Des personnes âgées, oubliées du conflit, luttent pour survivre loin de chez elles, entre traumatismes et précarité.
Dans un refuge de Kharkiv, Zinaïda Guyrenko résume sa conception du bonheur : ne pas mourir de faim, avoir de quoi se vêtir. À plus de 80 ans, cette ancienne employée des chemins de fer a vu son existence basculer avec l’invasion russe. Évacuée de son village près de Koupiansk, zone régulièrement pilonnée, elle évoque avec confusion les bombardements qu’elle a subis. « Tout s’effondrait autour de moi. Quand j’ai rouvert les yeux, j’étais encore là, comme par miracle », murmure-t-elle, les larmes aux yeux.

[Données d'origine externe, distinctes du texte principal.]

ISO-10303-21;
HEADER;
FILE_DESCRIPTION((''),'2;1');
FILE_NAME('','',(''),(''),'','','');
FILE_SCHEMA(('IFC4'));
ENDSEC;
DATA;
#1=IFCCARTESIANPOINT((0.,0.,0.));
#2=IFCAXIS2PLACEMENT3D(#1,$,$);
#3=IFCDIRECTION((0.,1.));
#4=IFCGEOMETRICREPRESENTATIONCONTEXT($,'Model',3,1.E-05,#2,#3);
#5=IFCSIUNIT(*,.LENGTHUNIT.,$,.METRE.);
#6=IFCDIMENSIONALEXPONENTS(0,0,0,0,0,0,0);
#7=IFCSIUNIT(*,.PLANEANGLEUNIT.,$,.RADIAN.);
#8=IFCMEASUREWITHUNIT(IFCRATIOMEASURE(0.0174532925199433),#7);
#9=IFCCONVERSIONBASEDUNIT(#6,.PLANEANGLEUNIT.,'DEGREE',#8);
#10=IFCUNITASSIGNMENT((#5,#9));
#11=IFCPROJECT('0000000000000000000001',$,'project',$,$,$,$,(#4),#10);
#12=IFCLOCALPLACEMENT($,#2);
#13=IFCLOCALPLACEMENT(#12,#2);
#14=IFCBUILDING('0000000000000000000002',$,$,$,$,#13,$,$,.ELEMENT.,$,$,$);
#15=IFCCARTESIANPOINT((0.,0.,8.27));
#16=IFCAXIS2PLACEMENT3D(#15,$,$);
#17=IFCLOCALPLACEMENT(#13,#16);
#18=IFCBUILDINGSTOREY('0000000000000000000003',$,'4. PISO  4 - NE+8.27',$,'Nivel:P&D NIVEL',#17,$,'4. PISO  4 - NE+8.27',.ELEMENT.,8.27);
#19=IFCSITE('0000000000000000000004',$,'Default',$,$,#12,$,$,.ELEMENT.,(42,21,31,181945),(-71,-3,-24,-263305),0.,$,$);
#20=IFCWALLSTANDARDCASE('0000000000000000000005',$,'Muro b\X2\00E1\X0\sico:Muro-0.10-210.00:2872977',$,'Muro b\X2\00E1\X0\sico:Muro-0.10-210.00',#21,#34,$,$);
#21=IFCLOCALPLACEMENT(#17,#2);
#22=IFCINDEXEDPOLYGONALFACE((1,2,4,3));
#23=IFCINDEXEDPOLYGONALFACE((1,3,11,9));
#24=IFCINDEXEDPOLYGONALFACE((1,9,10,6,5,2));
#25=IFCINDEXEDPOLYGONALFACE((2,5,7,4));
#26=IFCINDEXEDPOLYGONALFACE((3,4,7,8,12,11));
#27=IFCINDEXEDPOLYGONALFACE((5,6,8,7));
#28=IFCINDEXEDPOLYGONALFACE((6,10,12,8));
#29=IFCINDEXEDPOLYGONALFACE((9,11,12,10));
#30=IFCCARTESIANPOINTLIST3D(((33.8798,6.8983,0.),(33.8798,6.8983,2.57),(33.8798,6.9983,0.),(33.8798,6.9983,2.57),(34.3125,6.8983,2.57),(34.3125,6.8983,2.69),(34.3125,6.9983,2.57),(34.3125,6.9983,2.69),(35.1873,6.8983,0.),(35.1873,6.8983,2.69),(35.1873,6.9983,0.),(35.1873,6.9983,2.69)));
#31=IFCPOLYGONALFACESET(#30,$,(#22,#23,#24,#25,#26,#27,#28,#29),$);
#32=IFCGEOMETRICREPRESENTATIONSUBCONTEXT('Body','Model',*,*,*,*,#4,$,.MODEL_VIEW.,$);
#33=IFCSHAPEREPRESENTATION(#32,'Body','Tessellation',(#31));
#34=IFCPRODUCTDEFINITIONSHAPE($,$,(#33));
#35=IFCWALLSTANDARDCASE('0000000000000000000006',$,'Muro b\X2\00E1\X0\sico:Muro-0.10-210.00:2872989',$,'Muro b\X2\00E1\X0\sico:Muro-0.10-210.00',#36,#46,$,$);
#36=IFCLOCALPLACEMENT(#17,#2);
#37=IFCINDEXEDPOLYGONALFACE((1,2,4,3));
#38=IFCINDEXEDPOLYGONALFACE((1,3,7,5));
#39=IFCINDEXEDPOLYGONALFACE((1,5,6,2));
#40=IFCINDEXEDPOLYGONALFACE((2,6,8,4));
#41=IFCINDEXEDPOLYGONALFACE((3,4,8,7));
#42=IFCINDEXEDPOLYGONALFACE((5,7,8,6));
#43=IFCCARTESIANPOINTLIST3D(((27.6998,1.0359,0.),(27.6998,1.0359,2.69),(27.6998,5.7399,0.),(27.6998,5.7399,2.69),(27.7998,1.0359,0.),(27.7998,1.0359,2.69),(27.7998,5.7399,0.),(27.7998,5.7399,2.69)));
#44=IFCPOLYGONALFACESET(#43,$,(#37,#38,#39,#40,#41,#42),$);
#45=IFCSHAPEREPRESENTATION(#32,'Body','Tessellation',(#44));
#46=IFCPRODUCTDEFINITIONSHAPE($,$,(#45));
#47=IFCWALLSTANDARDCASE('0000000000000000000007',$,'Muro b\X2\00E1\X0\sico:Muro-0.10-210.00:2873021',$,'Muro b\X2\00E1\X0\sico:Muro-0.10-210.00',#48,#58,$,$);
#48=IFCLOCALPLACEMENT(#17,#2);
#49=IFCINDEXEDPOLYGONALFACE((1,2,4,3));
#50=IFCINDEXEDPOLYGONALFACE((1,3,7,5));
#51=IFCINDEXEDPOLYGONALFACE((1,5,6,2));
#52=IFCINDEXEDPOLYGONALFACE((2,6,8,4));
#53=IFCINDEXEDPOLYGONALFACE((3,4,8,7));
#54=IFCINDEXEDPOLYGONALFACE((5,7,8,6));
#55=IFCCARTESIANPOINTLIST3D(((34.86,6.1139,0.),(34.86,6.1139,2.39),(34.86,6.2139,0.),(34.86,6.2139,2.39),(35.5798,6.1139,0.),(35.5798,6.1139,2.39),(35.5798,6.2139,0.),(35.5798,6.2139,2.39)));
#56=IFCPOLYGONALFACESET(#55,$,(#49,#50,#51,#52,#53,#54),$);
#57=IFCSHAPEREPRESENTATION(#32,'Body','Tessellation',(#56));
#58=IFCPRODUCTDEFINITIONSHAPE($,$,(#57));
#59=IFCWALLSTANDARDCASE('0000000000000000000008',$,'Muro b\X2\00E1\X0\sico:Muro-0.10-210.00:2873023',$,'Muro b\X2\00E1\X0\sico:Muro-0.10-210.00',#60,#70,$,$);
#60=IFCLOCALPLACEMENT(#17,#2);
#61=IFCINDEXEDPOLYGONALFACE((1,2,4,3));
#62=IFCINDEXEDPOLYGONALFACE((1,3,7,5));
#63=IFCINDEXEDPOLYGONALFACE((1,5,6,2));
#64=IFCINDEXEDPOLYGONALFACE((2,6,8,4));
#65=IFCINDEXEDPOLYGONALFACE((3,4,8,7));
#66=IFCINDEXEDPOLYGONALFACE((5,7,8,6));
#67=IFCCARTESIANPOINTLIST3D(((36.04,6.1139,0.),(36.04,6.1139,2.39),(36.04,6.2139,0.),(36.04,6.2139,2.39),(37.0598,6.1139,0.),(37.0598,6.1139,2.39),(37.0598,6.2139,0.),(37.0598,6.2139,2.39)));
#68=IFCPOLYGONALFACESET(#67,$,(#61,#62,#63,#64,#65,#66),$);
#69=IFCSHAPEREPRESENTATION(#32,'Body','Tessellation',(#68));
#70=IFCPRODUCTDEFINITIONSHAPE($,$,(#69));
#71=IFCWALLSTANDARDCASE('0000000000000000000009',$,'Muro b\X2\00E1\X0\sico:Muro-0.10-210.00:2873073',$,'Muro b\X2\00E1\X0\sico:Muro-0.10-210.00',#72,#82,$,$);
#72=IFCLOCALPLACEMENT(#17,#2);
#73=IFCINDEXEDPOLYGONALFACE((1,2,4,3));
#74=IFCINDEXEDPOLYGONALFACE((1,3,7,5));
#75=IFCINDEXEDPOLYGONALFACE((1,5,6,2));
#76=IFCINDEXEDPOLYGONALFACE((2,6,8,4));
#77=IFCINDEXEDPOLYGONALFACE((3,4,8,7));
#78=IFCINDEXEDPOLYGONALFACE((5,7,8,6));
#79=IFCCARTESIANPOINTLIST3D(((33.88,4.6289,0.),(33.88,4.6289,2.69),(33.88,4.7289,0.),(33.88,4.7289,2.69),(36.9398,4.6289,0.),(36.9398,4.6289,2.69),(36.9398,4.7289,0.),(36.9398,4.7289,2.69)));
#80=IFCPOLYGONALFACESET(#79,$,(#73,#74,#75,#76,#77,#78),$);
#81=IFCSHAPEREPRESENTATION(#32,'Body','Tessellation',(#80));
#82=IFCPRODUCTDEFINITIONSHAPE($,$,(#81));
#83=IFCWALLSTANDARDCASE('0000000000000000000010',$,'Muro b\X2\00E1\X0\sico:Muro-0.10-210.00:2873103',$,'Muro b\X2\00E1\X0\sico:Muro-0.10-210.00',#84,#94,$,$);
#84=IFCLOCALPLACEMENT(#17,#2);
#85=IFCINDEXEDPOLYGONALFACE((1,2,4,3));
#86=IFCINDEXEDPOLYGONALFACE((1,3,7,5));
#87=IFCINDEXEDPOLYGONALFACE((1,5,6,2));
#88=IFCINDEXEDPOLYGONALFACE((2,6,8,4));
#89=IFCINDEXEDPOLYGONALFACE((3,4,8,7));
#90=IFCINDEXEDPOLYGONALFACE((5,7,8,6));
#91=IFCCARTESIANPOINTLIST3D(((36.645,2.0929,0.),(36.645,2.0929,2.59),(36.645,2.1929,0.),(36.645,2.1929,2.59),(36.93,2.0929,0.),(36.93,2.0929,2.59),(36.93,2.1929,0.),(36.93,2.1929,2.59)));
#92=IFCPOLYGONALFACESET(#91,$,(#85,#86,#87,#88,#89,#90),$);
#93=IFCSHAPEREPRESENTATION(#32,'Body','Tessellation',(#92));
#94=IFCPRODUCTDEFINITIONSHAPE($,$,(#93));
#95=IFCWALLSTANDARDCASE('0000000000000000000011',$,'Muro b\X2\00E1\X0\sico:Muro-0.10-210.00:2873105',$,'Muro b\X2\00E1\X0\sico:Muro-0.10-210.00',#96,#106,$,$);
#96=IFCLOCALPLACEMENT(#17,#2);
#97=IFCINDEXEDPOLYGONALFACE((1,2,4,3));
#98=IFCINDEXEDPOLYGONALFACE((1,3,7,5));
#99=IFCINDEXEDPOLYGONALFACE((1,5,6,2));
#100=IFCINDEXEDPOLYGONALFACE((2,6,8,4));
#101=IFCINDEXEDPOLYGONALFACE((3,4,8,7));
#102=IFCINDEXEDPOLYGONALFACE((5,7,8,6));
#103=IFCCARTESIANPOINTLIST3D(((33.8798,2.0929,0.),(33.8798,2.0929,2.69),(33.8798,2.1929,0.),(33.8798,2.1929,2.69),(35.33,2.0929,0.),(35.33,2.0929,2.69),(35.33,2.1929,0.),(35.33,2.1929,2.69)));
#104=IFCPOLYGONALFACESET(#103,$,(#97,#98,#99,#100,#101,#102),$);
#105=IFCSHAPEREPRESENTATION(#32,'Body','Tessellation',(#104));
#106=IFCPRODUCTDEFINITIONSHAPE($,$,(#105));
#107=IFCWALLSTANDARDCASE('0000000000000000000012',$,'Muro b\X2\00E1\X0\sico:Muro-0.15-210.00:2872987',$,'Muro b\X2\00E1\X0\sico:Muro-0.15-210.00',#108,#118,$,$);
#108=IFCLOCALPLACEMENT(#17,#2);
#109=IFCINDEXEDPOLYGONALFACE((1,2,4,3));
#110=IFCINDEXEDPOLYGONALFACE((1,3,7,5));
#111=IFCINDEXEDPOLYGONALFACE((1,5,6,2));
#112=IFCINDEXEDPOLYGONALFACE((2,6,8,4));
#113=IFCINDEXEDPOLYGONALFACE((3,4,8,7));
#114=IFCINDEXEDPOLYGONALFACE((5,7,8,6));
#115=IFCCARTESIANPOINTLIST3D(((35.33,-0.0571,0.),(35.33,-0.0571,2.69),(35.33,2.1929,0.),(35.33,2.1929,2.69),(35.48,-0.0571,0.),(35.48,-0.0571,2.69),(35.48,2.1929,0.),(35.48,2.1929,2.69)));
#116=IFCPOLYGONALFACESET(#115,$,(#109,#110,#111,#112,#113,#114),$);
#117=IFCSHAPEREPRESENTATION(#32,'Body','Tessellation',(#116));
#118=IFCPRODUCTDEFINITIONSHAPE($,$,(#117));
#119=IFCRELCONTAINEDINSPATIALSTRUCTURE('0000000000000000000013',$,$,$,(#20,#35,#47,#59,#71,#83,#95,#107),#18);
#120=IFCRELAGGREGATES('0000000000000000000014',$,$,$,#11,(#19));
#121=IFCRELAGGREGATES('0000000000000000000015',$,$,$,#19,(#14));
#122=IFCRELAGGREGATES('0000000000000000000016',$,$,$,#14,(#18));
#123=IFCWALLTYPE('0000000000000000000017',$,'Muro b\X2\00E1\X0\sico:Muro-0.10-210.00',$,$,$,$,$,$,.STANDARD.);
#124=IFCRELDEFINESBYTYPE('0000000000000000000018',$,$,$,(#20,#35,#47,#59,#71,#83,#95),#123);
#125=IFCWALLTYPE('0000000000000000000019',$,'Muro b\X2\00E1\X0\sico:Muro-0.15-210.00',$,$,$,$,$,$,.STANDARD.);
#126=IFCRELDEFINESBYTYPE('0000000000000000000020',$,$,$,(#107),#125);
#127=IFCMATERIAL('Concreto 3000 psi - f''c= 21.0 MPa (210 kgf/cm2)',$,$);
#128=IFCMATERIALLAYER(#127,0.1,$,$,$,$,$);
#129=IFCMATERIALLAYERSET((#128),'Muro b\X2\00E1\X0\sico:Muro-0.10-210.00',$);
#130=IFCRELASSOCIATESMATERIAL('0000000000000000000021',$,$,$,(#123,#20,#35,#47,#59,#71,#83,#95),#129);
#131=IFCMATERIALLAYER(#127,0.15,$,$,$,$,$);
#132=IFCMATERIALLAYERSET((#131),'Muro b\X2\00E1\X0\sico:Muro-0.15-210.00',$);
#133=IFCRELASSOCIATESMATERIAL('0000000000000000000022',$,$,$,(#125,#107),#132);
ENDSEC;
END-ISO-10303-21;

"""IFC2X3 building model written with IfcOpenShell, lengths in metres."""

from ifc_helpers import new_model, entity, si_unit, converted_unit, direction, frame, frame_2d, origin, place, context, subcontext, project, spatial, polyline, rectangle, extrude, clip, bounded_halfspace, material, layer, layer_set, layer_usage, type_object, element, save


model = new_model("IFC2X3")

# Units and contexts
model_context = context("Model", 3, precision=1e-05, world=origin(), true_north=direction((0.0, 1.0)))
body_context = subcontext(model_context, "Body", "Model", "MODEL_VIEW")
ifc_project = project(units=[si_unit("LENGTHUNIT", "METRE"), converted_unit("PLANEANGLEUNIT", "DEGREE", entity("IfcRatioMeasure", 0.0174532925199433), si_unit("PLANEANGLEUNIT", "RADIAN"), dimensions=[0, 0, 0, 0, 0, 0, 0])], contexts=[model_context])

# Site, building, storey
site_placement = place(None, origin())
site = spatial("IfcSite", under=ifc_project, at=site_placement, Name="Default", CompositionType="ELEMENT", RefLatitude=(42, 21, 31, 181945), RefLongitude=(-71, -3, -24, -263305), RefElevation=0.0)
building_placement = place(site_placement, origin())
building = spatial("IfcBuilding", under=site, at=building_placement, CompositionType="ELEMENT")
storey_placement = place(building_placement, frame((0.0, 0.0, 8.27)))
storey = spatial("IfcBuildingStorey", under=building, at=storey_placement, Name="4. PISO  4 - NE+8.27", ObjectType="Nivel:P&D NIVEL", LongName="4. PISO  4 - NE+8.27", CompositionType="ELEMENT", Elevation=8.27)

# Shared definitions
ifc_material = material(Name="Concreto 3000 psi - f'c= 21.0 MPa (210 kgf/cm2)")

# Walls
ifc_layer_1 = layer(ifc_material, 0.1)
ifc_layer_set_1 = layer_set([ifc_layer_1], Name="Muro básico:Muro-0.10-210.00")
ifc_layer_usage_1 = layer_usage(ifc_layer_set_1, "AXIS2", "POSITIVE", -0.05)
wall_type_1 = type_object("IfcWallType", Name="Muro básico:Muro-0.10-210.00", PredefinedType="STANDARD", material=ifc_layer_set_1)
wall_1_placement = place(storey_placement, frame((33.8798, 6.9483, 0.0)))
element("IfcWallStandardCase", 1, at=wall_1_placement, inside=storey, type_object=wall_type_1, material=ifc_layer_usage_1, Name="Muro básico:Muro-0.10-210.00:2872977", ObjectType="Muro básico:Muro-0.10-210.00", context=body_context, shape_type="Clipping", body=[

Comme elle, des milliers de seniors ukrainiens paient un lourd tribut à la guerre. Selon l’ONU, près de la moitié des civils tués près des lignes de front en 2024 avaient plus de 60 ans. Beaucoup, attachés à leur terre ou incapables de fuir, ont choisi de rester dans des zones dangereuses. D’autres, évacués de force, se retrouvent dans des structures saturées, comme le centre Velyka Rodyna, fondé à Kharkiv dès les premiers mois du conflit.
Olga Kleïtman, architecte devenue gestionnaire du refuge, dénonce le manque de soutien des autorités. « Ces gens ont travaillé toute leur vie. Ils méritent une fin de vie digne », insiste-t-elle. Son établissement, qui héberge 60 résidents, survit grâce à la générosité de donateurs privés. Parmi eux, Serguiï Ioukovsky, amputé des deux jambes, a perdu son frère dans une attaque. « Je ne sais même pas où il repose », confie-t-il, avant d’ajouter, rageur : « Mais l’Ukraine tiendra bon. »
Les histoires se succèdent, toutes marquées par la violence et l’exil. Iouriï Miagky, 84 ans, originaire du quartier martyre de Saltivka, erre dans ses souvenirs, demandant si son pays « a été divisé ». Olga Zolotareva, ancienne aidante pour handicapés, montre avec amertume la cicatrice qui lui barre la jambe, blessée par un éclat d’obus. « Je veux juste remarcher un jour », soupire-t-elle.
Dans ces murs, la guerre a volé bien plus que des foyers : elle a dérobé la sérénité de ceux qui, après une vie de labeur, espéraient des jours paisibles. Malgré tout, des lueurs d’espoir persistent. Olga Zolotareva glisse, dans un sourire timide, qu’elle rêve encore de « l’odeur d’un homme ». Une humanité fragile, mais tenace, au milieu des ruines.